The fight to obtain additional wireless communications spectrum capable of providing police, firemen and emergency managers with the same capabilities most 15 year-olds have on their smart phones has been ongoing since the attacks of September 11, 2001, when outdated radios prevented firefighters and police from communicating evacuation orders. Hundreds died because they could not hear those orders.

And while little has changed in the decade since then, the Obama Administration last month publicly announced its support to transfer a swath of wireless spectrum known as the D block to first responder agencies for the purpose of building a nationwide, interoperable wireless public safety network – a key recommendation of the 9/11 Commission.

The decision puts the White House squarely at odds with a powerful faction of wireless companies that continue to pressure Congress for a public auction of the available spectrum.

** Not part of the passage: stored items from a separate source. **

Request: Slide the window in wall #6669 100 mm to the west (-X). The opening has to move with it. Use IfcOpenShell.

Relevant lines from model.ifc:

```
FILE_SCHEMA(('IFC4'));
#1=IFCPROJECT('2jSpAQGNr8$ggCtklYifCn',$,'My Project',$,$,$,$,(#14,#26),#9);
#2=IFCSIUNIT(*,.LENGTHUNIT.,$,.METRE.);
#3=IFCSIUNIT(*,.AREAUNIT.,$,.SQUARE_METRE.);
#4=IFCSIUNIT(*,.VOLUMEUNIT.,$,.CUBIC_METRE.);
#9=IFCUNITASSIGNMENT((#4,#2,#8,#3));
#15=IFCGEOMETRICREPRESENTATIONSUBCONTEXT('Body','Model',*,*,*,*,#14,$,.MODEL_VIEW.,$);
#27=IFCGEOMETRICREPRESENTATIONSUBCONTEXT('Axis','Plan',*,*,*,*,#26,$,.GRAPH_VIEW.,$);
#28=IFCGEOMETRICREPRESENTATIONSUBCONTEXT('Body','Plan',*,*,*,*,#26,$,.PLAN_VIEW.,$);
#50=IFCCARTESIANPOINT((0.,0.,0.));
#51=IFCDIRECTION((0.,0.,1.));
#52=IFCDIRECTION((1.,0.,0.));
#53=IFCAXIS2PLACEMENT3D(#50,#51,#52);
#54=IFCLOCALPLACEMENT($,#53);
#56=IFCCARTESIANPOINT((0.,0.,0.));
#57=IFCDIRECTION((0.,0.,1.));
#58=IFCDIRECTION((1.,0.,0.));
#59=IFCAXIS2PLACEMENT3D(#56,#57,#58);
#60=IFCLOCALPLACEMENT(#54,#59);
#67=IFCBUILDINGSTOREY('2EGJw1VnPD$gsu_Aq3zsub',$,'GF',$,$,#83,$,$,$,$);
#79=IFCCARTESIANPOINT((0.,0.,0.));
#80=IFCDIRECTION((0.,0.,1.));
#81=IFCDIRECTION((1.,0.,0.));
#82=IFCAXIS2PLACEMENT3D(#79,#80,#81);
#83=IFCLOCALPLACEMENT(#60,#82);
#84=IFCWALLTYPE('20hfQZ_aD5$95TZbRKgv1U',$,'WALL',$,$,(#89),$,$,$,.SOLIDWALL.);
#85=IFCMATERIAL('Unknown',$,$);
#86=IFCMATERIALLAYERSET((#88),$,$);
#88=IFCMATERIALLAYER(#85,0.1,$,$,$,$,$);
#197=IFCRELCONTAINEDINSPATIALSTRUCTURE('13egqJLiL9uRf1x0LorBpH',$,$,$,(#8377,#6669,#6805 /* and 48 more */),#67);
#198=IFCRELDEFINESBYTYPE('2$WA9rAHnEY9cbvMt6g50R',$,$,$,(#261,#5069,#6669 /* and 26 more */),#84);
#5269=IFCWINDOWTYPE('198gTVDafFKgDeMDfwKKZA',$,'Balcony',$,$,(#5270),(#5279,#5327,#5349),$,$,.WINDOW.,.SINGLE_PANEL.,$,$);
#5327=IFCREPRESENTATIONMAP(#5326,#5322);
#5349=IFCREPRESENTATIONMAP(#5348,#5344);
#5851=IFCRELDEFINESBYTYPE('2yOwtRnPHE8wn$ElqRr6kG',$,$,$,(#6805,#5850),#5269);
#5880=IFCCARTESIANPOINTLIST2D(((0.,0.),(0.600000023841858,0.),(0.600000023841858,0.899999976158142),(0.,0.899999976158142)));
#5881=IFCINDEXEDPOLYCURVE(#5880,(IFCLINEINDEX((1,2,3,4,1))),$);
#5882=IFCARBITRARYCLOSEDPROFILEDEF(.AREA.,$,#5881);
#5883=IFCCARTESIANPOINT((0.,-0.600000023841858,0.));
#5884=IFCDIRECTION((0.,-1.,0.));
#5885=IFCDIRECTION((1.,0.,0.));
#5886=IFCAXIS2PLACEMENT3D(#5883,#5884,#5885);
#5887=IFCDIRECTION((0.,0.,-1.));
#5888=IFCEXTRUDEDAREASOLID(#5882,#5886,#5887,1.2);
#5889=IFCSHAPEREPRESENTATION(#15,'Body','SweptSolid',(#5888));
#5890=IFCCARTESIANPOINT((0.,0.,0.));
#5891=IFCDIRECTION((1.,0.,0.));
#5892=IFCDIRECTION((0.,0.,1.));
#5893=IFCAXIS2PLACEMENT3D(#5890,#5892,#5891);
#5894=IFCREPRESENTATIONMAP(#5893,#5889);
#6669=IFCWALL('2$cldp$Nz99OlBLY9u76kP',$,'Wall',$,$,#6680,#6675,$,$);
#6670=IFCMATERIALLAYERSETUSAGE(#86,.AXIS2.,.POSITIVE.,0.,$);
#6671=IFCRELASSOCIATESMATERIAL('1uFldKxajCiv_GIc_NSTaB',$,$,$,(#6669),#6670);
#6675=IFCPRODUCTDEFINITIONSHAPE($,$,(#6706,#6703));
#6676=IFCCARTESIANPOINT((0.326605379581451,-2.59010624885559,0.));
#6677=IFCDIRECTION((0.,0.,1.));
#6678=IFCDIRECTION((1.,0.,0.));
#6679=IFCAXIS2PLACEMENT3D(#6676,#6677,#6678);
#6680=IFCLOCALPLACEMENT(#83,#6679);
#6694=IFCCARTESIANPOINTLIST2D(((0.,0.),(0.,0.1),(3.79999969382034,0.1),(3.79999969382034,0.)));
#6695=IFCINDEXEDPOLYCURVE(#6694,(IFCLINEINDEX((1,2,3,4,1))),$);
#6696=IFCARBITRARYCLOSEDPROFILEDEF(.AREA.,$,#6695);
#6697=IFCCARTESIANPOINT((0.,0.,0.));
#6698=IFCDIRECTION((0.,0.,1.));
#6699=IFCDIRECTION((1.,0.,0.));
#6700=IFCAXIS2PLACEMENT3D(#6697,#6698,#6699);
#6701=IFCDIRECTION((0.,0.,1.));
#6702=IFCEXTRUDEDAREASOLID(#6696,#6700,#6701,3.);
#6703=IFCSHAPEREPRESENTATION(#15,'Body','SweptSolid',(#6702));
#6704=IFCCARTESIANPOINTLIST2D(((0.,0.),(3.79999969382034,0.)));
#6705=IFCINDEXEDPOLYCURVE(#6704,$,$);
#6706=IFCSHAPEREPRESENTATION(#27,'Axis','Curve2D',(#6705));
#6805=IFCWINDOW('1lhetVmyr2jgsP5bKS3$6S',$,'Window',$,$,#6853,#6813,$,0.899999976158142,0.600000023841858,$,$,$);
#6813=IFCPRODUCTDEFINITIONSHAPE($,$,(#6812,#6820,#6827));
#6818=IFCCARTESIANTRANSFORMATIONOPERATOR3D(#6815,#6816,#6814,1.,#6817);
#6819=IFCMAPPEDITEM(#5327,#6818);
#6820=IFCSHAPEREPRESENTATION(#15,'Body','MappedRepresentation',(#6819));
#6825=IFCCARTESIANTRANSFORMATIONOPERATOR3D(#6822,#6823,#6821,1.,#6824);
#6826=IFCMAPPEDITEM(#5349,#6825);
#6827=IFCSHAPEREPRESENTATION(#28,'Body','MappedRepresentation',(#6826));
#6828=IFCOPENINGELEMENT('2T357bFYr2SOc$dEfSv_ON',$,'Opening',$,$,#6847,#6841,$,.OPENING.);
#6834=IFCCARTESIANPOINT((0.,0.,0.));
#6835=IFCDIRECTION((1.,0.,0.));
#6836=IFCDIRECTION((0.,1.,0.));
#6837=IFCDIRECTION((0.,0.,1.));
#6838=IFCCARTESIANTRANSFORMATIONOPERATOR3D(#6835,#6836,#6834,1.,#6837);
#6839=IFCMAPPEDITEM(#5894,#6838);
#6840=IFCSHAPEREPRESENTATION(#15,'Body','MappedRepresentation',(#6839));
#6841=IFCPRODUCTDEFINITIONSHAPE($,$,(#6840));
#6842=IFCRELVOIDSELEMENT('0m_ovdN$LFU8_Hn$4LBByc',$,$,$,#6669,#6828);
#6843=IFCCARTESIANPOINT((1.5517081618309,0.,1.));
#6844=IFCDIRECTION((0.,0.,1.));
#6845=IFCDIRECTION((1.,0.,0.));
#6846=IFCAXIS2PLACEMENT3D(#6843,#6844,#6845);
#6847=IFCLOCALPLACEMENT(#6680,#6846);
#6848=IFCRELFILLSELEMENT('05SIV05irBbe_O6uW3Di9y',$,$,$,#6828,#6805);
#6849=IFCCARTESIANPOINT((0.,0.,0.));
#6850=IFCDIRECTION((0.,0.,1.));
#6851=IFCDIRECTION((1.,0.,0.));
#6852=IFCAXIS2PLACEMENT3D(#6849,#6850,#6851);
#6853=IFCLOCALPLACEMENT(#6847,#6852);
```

```python
import ifcopenshell
import ifcopenshell.api.geometry
import ifcopenshell.util.placement
import ifcopenshell.util.unit

model = ifcopenshell.open("model.ifc")
unit_scale = ifcopenshell.util.unit.calculate_unit_scale(model)

window = model.by_guid("1lhetVmyr2jgsP5bKS3$6S")
opening = window.FillsVoids[0].RelatingOpeningElement
wall = opening.VoidsElements[0].RelatingBuildingElement

wall_matrix = ifcopenshell.util.placement.get_local_placement(wall.ObjectPlacement)
shift = wall_matrix[:3, 0] * -0.1 / unit_scale
before = ifcopenshell.util.placement.get_local_placement(window.ObjectPlacement)[:3, 3].copy()

# The window is placed relative to its opening, so it follows when the opening moves.
matrix = ifcopenshell.util.placement.get_local_placement(opening.ObjectPlacement)
matrix[:3, 3] += shift
ifcopenshell.api.geometry.edit_object_placement(
    model, product=opening, matrix=matrix, is_si=False, should_transform_children=True
)

after = ifcopenshell.util.placement.get_local_placement(window.ObjectPlacement)[:3, 3]
print("window moved by", (after - before).round(3) + 0.0)

model.write("model_v2.ifc")
```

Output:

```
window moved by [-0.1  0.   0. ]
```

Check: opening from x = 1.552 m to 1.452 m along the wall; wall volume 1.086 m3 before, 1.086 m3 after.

Those companies argue the spectrum is critical to American competitiveness in an increasingly wireless world and a sale would raise an estimated $28 billion that could be applied to deficit reduction.

“A lot of very serious interests concluded that you were not the top priority,” said Vice President Joe Biden, speaking to a gathering of public safety officials at the White House on June 16. “And in the budget negotiations, this is an issue, a revenue issue.”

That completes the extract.